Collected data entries
# # #

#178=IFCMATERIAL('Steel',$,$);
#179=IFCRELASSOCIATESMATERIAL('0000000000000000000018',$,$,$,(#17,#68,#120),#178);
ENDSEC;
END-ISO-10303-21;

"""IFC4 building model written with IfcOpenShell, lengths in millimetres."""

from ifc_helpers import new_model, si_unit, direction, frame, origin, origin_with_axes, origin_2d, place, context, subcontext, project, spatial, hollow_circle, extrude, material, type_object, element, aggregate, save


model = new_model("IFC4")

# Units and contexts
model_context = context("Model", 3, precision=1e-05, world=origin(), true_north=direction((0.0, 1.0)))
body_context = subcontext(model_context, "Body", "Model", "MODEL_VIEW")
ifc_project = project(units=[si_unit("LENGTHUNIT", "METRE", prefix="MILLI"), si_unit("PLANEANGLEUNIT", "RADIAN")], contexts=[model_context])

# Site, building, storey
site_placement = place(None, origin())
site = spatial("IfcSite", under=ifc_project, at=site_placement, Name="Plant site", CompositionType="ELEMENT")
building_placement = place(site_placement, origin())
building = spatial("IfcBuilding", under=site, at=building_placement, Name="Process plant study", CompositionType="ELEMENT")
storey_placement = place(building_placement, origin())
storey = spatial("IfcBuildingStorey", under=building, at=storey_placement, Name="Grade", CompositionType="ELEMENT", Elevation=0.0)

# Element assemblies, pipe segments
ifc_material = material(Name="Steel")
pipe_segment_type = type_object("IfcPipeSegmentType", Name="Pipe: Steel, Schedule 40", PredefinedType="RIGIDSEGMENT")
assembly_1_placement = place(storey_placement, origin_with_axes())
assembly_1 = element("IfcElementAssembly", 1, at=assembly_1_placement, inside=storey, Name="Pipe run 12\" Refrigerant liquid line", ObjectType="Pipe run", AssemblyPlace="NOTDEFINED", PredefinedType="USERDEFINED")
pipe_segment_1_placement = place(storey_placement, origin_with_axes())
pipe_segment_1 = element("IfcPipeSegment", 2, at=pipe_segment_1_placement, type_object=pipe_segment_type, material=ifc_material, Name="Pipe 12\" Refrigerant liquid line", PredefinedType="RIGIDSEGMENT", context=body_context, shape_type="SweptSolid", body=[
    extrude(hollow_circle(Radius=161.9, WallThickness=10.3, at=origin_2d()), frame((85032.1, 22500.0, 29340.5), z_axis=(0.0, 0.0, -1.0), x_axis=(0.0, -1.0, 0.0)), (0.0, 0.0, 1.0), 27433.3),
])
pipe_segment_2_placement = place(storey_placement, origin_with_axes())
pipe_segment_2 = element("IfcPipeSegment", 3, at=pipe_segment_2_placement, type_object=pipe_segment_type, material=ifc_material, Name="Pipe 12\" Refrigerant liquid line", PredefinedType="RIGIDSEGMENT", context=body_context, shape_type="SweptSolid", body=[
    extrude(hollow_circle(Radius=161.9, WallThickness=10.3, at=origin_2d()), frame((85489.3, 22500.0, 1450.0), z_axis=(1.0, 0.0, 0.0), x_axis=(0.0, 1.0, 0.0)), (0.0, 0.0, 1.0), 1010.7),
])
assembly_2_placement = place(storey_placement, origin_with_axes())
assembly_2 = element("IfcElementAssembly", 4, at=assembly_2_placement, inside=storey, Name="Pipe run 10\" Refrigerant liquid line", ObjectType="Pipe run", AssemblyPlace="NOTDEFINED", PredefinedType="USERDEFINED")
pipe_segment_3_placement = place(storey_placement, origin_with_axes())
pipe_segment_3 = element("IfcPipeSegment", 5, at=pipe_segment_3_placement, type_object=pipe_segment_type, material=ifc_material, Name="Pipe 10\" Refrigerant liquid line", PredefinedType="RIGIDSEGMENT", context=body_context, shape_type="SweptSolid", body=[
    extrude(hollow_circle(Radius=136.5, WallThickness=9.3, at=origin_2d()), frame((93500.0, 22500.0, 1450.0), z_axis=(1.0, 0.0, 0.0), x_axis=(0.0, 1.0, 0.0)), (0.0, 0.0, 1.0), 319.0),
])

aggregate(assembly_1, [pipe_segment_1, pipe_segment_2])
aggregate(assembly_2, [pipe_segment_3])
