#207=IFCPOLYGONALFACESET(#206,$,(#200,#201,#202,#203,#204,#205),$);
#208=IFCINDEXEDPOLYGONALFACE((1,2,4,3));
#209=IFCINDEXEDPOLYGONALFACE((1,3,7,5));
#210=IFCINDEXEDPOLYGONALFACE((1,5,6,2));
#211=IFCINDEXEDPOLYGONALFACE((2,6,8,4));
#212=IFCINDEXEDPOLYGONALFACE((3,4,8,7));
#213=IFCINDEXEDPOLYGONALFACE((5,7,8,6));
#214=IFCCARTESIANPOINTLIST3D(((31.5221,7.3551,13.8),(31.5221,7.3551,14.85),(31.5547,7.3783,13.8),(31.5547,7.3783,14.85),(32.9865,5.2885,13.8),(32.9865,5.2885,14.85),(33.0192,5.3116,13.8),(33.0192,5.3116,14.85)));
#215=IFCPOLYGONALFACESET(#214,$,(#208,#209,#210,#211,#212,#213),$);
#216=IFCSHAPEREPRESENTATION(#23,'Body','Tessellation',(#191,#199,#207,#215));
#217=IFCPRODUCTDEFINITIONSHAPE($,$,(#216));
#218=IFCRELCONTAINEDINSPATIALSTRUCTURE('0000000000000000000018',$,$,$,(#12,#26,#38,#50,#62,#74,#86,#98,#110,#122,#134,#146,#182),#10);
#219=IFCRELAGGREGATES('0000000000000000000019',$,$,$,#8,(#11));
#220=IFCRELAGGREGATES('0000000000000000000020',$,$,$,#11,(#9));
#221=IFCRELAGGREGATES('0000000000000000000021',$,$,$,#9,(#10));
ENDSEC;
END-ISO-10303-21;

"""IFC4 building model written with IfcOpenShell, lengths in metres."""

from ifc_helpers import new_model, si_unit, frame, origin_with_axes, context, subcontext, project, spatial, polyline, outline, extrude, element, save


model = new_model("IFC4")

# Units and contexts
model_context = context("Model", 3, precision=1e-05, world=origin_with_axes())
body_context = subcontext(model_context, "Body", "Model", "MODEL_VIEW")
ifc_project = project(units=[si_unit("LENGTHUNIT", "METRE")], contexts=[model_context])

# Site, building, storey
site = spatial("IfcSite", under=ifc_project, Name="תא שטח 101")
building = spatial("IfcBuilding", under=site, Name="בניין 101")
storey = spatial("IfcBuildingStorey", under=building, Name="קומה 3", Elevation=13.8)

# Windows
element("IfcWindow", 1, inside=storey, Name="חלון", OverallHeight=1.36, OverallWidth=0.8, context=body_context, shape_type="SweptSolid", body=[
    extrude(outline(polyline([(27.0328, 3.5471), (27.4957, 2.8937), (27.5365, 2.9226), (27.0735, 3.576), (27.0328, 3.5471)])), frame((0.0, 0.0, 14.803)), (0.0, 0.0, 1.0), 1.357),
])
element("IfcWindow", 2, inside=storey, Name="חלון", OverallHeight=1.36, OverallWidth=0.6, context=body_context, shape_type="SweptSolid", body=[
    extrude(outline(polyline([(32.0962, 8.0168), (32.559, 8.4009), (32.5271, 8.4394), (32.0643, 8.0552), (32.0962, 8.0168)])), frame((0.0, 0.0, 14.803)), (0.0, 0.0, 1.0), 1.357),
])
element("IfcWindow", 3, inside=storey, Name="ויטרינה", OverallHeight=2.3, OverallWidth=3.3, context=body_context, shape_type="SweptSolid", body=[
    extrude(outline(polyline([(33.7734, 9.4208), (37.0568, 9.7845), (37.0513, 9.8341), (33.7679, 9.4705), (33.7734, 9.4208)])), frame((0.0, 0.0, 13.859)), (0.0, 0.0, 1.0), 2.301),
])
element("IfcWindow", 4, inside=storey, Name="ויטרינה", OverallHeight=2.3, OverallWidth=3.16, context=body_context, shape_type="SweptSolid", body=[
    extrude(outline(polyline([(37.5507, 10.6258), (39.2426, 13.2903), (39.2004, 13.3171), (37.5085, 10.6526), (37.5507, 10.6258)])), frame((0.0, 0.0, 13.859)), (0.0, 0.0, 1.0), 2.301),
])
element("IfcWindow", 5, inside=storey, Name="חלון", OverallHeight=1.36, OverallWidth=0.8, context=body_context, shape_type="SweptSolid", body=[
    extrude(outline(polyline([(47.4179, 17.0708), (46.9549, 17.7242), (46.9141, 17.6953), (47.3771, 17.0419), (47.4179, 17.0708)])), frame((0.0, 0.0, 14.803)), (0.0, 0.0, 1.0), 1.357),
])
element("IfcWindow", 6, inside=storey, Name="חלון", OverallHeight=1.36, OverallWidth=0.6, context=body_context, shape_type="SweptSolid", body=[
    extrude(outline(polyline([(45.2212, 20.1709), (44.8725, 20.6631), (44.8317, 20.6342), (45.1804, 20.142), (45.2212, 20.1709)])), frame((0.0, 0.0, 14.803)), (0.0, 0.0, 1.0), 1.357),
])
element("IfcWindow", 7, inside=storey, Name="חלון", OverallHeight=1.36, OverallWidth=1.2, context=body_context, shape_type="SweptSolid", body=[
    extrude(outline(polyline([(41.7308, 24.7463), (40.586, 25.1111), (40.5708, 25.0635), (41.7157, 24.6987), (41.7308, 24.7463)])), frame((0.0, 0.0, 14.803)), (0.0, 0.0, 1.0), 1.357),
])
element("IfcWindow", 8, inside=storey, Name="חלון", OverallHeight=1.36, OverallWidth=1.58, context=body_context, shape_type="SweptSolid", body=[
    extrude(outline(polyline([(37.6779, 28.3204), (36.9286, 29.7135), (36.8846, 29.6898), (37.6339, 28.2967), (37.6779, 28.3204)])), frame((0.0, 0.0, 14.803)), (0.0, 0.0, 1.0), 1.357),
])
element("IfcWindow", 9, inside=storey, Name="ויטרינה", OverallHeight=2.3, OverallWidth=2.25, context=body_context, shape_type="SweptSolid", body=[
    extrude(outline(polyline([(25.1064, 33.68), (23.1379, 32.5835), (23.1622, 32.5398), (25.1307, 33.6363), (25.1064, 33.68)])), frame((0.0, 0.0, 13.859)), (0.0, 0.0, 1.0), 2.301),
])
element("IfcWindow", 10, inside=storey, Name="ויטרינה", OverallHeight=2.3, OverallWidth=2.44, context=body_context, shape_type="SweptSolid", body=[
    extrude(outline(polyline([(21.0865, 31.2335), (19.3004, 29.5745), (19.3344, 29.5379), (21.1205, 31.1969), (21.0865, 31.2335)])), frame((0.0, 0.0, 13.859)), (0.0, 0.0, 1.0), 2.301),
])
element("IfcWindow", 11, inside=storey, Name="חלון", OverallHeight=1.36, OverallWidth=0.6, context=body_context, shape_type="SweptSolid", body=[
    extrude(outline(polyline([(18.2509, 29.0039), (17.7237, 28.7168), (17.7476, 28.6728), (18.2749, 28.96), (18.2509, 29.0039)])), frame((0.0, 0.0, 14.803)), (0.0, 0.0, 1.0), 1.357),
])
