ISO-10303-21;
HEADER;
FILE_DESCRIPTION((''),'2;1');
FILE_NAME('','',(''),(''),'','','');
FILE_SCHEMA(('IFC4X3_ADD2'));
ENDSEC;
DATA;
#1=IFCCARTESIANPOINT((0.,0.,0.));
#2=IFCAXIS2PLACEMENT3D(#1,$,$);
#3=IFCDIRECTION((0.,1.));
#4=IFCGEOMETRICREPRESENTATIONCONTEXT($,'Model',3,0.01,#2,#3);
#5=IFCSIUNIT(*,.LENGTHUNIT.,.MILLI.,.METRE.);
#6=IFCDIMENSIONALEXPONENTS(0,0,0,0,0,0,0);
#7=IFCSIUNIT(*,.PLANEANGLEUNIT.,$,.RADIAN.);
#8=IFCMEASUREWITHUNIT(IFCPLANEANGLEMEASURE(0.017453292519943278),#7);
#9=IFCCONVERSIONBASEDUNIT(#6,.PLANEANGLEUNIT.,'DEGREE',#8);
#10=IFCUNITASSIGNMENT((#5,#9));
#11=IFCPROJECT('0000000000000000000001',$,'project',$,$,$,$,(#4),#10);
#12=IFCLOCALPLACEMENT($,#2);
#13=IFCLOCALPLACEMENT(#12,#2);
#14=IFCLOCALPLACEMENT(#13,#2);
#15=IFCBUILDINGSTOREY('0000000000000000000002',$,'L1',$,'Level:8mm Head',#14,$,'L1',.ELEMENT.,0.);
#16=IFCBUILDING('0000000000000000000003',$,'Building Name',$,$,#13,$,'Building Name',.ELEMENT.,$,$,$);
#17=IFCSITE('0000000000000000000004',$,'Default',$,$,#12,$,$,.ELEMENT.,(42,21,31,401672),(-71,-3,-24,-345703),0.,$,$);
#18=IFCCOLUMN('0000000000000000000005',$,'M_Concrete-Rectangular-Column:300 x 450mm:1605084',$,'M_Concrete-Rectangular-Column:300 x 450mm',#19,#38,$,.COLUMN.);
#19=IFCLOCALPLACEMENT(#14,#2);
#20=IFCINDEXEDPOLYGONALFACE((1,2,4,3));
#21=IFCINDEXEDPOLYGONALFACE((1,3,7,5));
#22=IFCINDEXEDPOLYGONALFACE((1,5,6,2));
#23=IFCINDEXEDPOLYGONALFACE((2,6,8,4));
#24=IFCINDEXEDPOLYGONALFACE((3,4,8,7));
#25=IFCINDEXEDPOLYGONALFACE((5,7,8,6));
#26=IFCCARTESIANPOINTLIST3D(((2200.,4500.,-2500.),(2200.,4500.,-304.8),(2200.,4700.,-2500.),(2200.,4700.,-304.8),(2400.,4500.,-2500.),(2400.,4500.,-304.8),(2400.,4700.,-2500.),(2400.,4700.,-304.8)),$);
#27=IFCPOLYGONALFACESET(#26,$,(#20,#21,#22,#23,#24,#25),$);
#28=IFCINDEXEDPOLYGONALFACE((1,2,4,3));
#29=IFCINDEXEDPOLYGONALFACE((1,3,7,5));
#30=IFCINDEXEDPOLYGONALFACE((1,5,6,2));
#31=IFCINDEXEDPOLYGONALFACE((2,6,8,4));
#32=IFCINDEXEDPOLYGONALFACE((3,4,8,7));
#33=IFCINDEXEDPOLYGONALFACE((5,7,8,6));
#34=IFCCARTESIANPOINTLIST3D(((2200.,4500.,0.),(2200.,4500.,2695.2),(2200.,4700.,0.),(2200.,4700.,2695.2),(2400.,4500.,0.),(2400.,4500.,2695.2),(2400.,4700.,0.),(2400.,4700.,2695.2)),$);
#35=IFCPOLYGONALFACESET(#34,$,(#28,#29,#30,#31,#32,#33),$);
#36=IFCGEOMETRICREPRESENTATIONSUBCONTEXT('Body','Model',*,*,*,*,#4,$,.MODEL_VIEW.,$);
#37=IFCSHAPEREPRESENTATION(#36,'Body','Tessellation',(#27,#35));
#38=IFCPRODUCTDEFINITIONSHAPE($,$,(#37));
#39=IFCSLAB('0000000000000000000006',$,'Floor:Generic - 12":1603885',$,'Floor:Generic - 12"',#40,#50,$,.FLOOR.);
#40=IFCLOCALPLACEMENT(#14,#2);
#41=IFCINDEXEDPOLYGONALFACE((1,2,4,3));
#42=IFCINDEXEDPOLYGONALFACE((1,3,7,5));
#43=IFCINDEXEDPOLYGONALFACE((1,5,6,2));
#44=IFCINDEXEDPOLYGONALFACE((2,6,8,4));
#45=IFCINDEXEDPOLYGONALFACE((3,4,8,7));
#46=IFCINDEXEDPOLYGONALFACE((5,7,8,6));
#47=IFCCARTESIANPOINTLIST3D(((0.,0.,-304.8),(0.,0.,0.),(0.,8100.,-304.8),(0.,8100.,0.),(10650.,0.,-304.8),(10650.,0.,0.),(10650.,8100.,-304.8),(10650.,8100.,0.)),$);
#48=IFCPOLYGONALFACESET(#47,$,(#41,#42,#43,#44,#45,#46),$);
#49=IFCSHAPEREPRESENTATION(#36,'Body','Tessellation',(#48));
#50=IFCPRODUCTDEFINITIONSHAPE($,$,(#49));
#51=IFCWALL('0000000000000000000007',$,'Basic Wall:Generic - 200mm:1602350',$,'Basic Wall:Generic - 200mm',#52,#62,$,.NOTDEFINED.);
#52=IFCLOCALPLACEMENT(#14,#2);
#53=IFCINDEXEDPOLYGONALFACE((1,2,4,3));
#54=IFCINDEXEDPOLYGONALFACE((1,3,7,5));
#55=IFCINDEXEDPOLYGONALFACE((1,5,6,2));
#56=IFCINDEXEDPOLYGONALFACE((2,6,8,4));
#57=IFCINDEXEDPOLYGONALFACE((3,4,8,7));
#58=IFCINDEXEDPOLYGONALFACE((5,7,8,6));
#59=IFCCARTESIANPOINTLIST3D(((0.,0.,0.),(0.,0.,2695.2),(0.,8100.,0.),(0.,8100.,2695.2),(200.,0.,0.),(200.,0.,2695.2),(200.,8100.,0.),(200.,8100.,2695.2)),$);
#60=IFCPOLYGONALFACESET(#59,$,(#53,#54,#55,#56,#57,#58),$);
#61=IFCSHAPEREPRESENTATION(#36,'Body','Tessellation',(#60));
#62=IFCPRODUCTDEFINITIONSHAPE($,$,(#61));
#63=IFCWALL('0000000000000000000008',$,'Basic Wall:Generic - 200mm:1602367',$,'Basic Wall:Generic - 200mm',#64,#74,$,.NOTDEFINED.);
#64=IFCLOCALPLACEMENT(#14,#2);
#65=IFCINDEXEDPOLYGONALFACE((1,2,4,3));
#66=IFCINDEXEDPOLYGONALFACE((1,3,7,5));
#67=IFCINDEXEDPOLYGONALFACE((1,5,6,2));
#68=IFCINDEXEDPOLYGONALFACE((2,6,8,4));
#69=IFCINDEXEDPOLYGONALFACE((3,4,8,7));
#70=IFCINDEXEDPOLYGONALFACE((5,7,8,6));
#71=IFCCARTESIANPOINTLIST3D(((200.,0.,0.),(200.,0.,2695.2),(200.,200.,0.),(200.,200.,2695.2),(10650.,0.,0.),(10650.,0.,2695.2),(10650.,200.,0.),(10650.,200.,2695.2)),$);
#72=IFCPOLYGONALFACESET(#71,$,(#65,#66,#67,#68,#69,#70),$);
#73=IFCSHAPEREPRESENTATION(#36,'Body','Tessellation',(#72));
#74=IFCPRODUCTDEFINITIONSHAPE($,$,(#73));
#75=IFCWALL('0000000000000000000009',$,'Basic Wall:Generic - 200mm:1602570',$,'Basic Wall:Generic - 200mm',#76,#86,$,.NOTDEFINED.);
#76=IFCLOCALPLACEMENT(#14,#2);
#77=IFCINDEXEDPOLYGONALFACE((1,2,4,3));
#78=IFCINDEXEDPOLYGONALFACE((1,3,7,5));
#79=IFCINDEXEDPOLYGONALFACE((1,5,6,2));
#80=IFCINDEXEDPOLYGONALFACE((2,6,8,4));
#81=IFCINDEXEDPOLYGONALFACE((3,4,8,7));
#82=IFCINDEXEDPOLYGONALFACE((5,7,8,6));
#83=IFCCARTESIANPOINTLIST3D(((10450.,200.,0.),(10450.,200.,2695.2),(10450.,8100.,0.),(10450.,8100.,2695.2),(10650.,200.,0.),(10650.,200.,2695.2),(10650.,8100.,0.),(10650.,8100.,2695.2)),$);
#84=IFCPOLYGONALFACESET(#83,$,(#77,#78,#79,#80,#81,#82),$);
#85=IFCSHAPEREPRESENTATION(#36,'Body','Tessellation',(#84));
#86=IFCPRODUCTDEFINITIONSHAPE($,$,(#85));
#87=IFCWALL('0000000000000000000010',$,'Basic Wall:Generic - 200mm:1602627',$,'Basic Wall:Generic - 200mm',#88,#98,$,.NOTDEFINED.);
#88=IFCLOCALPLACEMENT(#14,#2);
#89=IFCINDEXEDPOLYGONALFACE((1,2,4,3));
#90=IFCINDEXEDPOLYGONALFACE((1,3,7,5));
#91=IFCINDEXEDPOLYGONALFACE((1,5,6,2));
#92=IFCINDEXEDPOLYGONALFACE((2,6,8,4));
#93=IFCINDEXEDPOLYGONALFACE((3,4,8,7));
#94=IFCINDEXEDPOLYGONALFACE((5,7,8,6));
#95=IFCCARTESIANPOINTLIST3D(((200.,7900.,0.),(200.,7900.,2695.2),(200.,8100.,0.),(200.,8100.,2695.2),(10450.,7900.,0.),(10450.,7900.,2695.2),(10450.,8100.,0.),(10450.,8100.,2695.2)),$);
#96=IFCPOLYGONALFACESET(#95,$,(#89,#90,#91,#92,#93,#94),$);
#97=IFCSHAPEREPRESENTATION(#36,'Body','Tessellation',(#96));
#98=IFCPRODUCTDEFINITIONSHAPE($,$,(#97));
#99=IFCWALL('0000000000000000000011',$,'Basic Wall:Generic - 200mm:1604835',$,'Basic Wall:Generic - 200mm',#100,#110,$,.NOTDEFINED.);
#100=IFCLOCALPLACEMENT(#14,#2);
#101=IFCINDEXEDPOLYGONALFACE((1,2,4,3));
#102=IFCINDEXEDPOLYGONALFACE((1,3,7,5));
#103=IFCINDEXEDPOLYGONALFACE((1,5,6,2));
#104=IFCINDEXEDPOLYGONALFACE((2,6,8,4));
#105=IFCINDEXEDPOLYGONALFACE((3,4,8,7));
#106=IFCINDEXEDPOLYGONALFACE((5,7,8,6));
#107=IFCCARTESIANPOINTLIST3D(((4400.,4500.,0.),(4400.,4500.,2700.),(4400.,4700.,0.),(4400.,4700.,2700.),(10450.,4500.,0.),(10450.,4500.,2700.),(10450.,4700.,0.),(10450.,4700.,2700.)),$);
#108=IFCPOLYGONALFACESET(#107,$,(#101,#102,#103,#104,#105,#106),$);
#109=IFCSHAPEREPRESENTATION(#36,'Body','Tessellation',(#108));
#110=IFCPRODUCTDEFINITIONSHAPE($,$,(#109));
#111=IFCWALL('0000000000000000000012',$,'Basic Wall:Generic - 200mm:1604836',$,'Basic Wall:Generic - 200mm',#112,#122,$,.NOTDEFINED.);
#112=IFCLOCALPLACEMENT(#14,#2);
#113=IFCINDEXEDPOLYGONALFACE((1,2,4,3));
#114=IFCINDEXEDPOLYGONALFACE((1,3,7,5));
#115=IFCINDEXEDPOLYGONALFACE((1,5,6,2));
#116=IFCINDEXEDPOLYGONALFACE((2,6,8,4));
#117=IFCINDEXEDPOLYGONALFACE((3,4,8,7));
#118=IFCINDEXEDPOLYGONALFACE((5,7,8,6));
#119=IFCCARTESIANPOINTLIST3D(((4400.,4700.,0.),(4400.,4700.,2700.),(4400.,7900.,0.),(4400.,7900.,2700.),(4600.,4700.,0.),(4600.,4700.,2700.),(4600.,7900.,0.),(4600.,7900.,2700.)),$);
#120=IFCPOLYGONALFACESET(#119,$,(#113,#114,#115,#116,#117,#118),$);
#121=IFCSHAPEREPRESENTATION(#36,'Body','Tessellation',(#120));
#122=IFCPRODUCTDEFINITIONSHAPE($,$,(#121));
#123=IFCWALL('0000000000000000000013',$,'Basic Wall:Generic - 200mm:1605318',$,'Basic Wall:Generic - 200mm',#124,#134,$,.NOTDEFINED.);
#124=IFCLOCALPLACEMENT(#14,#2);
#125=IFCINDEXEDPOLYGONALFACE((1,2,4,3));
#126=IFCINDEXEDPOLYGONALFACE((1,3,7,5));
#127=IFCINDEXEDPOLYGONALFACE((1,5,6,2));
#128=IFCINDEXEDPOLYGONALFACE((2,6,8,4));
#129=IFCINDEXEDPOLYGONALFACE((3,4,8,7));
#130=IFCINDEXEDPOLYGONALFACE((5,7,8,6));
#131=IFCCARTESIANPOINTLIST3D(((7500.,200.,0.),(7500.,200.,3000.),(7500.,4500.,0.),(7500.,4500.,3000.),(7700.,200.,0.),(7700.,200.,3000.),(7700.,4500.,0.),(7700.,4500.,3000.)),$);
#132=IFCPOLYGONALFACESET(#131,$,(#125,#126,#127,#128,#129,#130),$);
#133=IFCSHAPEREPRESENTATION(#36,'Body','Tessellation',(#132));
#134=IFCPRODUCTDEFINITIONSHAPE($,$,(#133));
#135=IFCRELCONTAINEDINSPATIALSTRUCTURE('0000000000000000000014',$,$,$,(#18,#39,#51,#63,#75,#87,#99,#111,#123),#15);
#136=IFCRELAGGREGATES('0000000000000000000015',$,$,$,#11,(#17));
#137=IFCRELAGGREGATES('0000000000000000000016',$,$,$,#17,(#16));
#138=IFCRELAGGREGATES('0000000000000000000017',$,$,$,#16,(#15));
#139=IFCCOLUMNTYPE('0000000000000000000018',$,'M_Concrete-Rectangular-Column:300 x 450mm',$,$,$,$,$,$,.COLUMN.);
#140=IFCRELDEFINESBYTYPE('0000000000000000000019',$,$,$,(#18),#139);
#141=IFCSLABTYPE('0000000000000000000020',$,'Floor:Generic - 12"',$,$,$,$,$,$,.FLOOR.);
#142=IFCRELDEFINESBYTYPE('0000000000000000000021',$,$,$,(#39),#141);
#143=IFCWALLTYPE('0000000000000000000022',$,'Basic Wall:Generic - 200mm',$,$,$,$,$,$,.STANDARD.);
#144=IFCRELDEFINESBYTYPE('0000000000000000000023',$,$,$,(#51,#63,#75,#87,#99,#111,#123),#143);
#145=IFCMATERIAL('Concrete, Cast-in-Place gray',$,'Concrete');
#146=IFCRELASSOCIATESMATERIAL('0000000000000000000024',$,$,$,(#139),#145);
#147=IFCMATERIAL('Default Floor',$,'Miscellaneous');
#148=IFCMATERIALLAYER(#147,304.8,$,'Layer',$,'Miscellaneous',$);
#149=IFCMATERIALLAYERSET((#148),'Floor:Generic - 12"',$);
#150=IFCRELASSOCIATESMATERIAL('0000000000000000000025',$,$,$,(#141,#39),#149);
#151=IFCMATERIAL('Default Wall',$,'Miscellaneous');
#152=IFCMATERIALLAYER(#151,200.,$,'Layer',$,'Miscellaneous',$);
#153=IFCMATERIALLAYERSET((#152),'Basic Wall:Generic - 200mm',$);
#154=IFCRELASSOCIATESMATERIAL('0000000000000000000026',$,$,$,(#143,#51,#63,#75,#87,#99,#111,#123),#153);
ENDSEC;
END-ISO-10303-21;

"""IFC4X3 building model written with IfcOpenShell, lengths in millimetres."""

from ifc_helpers import new_model, entity, si_unit, converted_unit, direction, frame, frame_2d, origin, place, context, subcontext, project, spatial, polyline, rectangle, extrude, clip, bounded_halfspace, source, transform, mapped, material, layer, layer_set, layer_usage, material_profile, profile_set, type_object, type_shapes, element, save


model = new_model("IFC4X3")

# Units and contexts
model_context = context("Model", 3, precision=0.01, world=origin(), true_north=direction((0.0, 1.0)))
body_context = subcontext(model_context, "Body", "Model", "MODEL_VIEW")
ifc_project = project(units=[si_unit("LENGTHUNIT", "METRE", prefix="MILLI"), converted_unit("PLANEANGLEUNIT", "DEGREE", entity("IfcPlaneAngleMeasure", 0.017453292519943278), si_unit("PLANEANGLEUNIT", "RADIAN"), dimensions=[0, 0, 0, 0, 0, 0, 0])], contexts=[model_context])

# Site, building, storey
site_placement = place(None, origin())
site = spatial("IfcSite", under=ifc_project, at=site_placement, Name="Default", CompositionType="ELEMENT", RefLatitude=(42, 21, 31, 401672), RefLongitude=(-71, -3, -24, -345703), RefElevation=0.0)
building_placement = place(site_placement, origin())
building = spatial("IfcBuilding", under=site, at=building_placement, Name="Building Name", LongName="Building Name", CompositionType="ELEMENT")
storey_placement = place(building_placement, origin())
storey = spatial("IfcBuildingStorey", under=building, at=storey_placement, Name="L1", ObjectType="Level:8mm Head", LongName="L1", CompositionType="ELEMENT", Elevation=0.0)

# # #

**PROBLEM TO SOLVE:** In the lines above, find the word "Miscellaneous" and copy every line it occurs in.

**FINAL ANSWER:**
#147=IFCMATERIAL('Default Floor',$,'Miscellaneous');
#148=IFCMATERIALLAYER(#147,304.8,$,'Layer',$,'Miscellaneous',$);
#151=IFCMATERIAL('Default Wall',$,'Miscellaneous');
#152=IFCMATERIALLAYER(#151,200.,$,'Layer',$,'Miscellaneous',$);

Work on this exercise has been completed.